Since Saturday, Washington Post reporters Walter Pincus and Dana Milbank
have been regaling us with tales of woe, misery, anger, and angst at the
CIA:
"The deputy director of the CIA resigned yesterday after a series of
confrontations over the past week after a series of confrontations between
senior Operations officials and CIA Director Porter J. Goss' new chief of
staff that have left the agency in turmoil, according to several current and
former CIA officials," the Post's dynamic duo reported Saturday.
The resignation of John McLaughlin, who had been passed over when Bush
selected Goss, then the chairman of the House Intelligence Committee, to be
CIA director, had been expected. But also resigning after a confrontation
with an aide Goss had brought with him from the House were Steven Kappes,
the deputy director of Operations, and his deputy, Michael Sulick, the Post
reported Monday.
Pincus and Milbank made it sound as if the resignations were a tragedy,
brought on by the "brusque" management style of Goss's aides, and by Goss'
unwillingness to heed the advice proffered by wise old heads:
"Within the past month, four former deputy directors of operations have
tried to offer CIA Director Porter J. Goss about changing the clandestine
service without setting off a rebellion, but Goss has declined to speak to
any of them, said former CIA officials aware of the communications," the
Post reported Sunday.
There are two things to keep in mind when reading these stories. The first
is that the CIA hasn't been very competent. Though the FBI was chiefly
responsible for the intelligence failures which led to 9/11, the CIA didn't
cover itself with glory.

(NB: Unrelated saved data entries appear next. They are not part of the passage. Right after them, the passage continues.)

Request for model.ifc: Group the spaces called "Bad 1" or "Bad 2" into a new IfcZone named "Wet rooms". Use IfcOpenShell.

First a look at what the model holds.

```python
import ifcopenshell

model = ifcopenshell.open("model.ifc")
print(model.schema)
seen = {}
for space in model.by_type("IfcSpace"):
    seen[space.LongName] = seen.get(space.LongName, 0) + 1
for name, count in sorted(seen.items(), key=str):
    print(count, "x", name)
print("zones:", [z.Name for z in model.by_type("IfcZone")][:20])
```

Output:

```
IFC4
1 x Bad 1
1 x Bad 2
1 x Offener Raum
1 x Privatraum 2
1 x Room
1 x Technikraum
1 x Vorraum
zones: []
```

```python
import ifcopenshell
import ifcopenshell.api.group
import ifcopenshell.api.root

model = ifcopenshell.open("model.ifc")

names = {"Bad 1", "Bad 2"}
spaces = [s for s in model.by_type("IfcSpace") if s.LongName in names]

zone = ifcopenshell.api.root.create_entity(model, ifc_class="IfcZone", name="Wet rooms")
ifcopenshell.api.group.assign_group(model, products=spaces, group=zone)
print(len(spaces), "spaces in", zone.Name)

model.write("model_updated.ifc")
```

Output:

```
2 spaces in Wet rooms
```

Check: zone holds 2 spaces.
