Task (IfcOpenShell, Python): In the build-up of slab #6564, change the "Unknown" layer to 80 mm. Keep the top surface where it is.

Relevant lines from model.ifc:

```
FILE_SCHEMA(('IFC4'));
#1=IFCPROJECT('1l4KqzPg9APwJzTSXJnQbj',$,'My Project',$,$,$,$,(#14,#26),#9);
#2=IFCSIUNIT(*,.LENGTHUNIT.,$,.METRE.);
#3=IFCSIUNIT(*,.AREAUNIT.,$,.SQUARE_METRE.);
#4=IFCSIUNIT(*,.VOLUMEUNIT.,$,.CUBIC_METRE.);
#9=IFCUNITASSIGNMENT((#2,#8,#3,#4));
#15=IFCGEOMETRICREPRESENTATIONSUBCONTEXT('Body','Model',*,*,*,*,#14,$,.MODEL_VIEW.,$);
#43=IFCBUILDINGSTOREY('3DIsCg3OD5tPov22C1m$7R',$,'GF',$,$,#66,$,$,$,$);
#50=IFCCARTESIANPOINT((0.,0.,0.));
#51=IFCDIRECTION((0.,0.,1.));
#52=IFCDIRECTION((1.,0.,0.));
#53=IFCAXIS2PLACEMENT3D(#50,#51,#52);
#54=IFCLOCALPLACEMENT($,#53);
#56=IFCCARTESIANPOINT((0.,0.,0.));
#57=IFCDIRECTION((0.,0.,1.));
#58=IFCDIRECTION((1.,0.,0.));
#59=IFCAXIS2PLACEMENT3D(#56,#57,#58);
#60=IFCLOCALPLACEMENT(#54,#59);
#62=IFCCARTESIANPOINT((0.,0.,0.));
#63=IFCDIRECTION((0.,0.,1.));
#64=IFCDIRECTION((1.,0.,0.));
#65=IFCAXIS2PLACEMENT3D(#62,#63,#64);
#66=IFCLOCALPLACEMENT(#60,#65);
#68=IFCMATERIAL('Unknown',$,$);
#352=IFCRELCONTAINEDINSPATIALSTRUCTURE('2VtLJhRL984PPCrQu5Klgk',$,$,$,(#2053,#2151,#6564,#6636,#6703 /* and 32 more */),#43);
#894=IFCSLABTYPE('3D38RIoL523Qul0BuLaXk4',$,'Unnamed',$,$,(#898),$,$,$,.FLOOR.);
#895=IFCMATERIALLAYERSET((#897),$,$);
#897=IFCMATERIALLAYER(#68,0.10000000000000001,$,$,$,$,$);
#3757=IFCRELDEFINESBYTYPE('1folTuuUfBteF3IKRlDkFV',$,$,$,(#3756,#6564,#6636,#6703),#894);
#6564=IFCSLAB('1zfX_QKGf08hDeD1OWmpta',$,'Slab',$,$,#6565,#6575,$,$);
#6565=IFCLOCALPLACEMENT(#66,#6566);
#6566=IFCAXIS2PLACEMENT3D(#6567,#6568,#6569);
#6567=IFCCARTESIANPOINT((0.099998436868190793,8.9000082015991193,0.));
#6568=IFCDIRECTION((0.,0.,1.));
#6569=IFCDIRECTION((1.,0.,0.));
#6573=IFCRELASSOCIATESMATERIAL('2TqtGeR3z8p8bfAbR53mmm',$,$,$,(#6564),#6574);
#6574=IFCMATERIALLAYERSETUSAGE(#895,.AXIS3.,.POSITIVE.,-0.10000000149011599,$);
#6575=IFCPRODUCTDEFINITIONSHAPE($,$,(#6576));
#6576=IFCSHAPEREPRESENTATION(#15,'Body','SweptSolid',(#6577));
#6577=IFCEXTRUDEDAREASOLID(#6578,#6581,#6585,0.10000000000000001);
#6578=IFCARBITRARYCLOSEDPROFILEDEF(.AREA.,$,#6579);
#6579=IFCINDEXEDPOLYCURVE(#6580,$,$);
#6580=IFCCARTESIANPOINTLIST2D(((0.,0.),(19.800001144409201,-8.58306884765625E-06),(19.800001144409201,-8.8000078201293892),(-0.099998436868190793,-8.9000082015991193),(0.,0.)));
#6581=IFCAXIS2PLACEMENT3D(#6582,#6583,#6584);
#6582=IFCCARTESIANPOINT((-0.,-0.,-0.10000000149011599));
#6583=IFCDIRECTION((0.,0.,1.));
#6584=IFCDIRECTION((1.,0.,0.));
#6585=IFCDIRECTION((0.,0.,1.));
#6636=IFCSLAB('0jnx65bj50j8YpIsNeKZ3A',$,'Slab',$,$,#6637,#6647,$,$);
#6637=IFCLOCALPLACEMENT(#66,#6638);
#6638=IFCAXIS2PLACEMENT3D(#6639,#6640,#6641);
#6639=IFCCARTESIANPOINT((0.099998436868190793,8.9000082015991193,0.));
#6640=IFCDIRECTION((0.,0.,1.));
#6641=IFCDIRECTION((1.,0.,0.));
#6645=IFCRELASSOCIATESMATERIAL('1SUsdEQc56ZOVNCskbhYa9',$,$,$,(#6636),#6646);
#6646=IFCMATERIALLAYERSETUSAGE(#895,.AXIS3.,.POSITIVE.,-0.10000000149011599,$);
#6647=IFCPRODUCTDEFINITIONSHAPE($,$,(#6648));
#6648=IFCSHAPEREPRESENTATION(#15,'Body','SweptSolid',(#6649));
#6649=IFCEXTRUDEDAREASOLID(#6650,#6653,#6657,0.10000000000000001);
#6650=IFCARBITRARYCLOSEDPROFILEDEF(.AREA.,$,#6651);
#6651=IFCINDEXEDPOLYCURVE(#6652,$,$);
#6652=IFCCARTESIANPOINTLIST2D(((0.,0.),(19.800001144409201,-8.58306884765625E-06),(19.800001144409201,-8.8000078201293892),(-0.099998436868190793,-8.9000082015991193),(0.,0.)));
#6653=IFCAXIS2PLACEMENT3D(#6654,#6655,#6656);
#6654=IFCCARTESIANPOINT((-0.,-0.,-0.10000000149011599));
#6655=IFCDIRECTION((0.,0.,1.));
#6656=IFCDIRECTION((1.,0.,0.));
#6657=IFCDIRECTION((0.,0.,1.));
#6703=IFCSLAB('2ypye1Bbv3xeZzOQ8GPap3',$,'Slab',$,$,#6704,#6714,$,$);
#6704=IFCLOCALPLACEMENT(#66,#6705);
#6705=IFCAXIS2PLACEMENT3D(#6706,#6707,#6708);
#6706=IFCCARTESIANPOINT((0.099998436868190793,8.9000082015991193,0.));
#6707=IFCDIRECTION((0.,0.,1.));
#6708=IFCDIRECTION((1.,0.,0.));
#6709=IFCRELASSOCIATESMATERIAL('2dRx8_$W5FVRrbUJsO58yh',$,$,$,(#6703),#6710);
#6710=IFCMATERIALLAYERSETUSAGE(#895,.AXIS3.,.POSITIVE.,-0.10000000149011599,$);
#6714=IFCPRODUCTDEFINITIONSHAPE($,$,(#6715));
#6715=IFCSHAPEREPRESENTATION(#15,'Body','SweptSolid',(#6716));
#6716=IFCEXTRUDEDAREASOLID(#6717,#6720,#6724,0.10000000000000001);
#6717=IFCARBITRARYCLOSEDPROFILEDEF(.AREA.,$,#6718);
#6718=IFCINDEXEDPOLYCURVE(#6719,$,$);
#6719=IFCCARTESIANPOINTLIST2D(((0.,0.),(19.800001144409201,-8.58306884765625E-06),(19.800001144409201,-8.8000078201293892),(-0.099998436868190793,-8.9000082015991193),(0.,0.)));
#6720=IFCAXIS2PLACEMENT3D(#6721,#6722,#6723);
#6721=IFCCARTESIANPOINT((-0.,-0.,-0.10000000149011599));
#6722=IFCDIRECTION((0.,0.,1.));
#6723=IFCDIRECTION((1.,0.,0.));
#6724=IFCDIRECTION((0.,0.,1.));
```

```python
import ifcopenshell
import ifcopenshell.util.element
import ifcopenshell.util.representation
import ifcopenshell.util.unit

model = ifcopenshell.open("model.ifc")
unit_scale = ifcopenshell.util.unit.calculate_unit_scale(model)

layer_set = model.by_id(895)
layer = next(l for l in layer_set.MaterialLayers if l.Material and l.Material.Name == "Unknown")
change = 0.08 / unit_scale - layer.LayerThickness
layer.LayerThickness += change

# The layer set is shared, so every slab that uses it gets the new thickness.
slabs = [e for e in ifcopenshell.util.element.get_elements_by_material(model, layer_set) if e.is_a("IfcSlab")]
for slab in sorted(slabs, key=lambda e: e.id()):
    body = ifcopenshell.util.representation.get_representation(slab, "Model", "Body")
    solid = body.Items[0]
    old_depth = solid.Depth
    solid.Depth += change
    # Extruded upwards: lower the start of the extrusion so the top stays.
    x, y, z = solid.Position.Location.Coordinates
    solid.Position.Location = model.createIfcCartesianPoint((x, y, z - change))
    print(slab.id(), f"{old_depth:g} -> {solid.Depth:g}")

# The layers are counted up from the underside, which has moved.
for usage in {ifcopenshell.util.element.get_material(slab) for slab in slabs}:
    usage.OffsetFromReferenceLine -= change

model.write("model_edited.ifc")
```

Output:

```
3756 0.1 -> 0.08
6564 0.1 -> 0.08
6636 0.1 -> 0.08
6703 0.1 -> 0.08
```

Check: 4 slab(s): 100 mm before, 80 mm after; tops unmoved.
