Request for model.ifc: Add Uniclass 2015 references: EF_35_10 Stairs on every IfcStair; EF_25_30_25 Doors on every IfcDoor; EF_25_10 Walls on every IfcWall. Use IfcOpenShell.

First a look at what the model holds.

```python
import ifcopenshell

model = ifcopenshell.open("model.ifc")
print(model.schema)
print("classifications:", [c.Name for c in model.by_type("IfcClassification")])
for ifc_class in ("IfcDoor", "IfcRoof", "IfcStair", "IfcWall", "IfcWindow"):
    print(ifc_class, len(model.by_type(ifc_class)))
```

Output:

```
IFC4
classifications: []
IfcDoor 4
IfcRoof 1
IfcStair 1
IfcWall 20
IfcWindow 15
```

```python
import ifcopenshell
import ifcopenshell.api.classification

model = ifcopenshell.open("model.ifc")

system = ifcopenshell.api.classification.add_classification(model, classification="Uniclass 2015")

codes = {
    "IfcStair": ("EF_35_10", "Stairs"),
    "IfcDoor": ("EF_25_30_25", "Doors"),
    "IfcWall": ("EF_25_10", "Walls"),
}
for ifc_class, (code, name) in codes.items():
    products = model.by_type(ifc_class)
    ifcopenshell.api.classification.add_reference(
        model, products=products, classification=system, identification=code, name=name
    )
    print(code, len(products))

model.write("model_edited.ifc")
```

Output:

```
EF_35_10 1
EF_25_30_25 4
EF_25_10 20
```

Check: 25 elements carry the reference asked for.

The CIA can be excused for believing Saddam
Hussein had weapons of mass destruction every Western intelligence
service and most of Saddam's generals thought he did, too but the CIA
failed to detect Saddam's plan for protracted guerrilla war (the sudden
collapse of the Republican Guard ought to have been a clue), or that Ahmed
Chalabi of the Iraqi National Congress was a spy for Iran.
The CIA has become dysfunctional and is not providing the president with the
information he requires to wage the war on terror, Sen. John McCain said on
ABC's "This Week" program Sunday. A shakeup is necessary, McCain said.
My favorite example of the CIA's dysfunction comes from Robert Baer's
memoir. He recounts that when he was the CIA station chief in Tajikstan in
1994, Baer requested Dari and Pashtun linguists so he could debrief refugees
who were fleeing from Afghanistan. No linguists were available, Langley
said, but headquarters would be happy to send out a briefing team to explain
the CIA's new sexual harassment policy.
An institutional example of dysfunction is that only a third of the
operations directorate's personnel is based overseas, where the spying is to
be done. Two thirds are at headquarters.
No one is more aware of the CIA's dysfunction than Goss, a former case
officer himself, who as chairman of the House Intelligence Committee issued
a report savagely critical of the Operations directorate. If those
officials hadn't resigned, Goss almost certainly would have fired them.
As serious a problem as dysfunction is disloyalty. "Over the past several
months, as much of official Washington looked on wide-eyed and agog, many in
the CIA bureaucracy have waged an unabashed effort to undermine the current
administration," wrote New York Times columnist David Brooks.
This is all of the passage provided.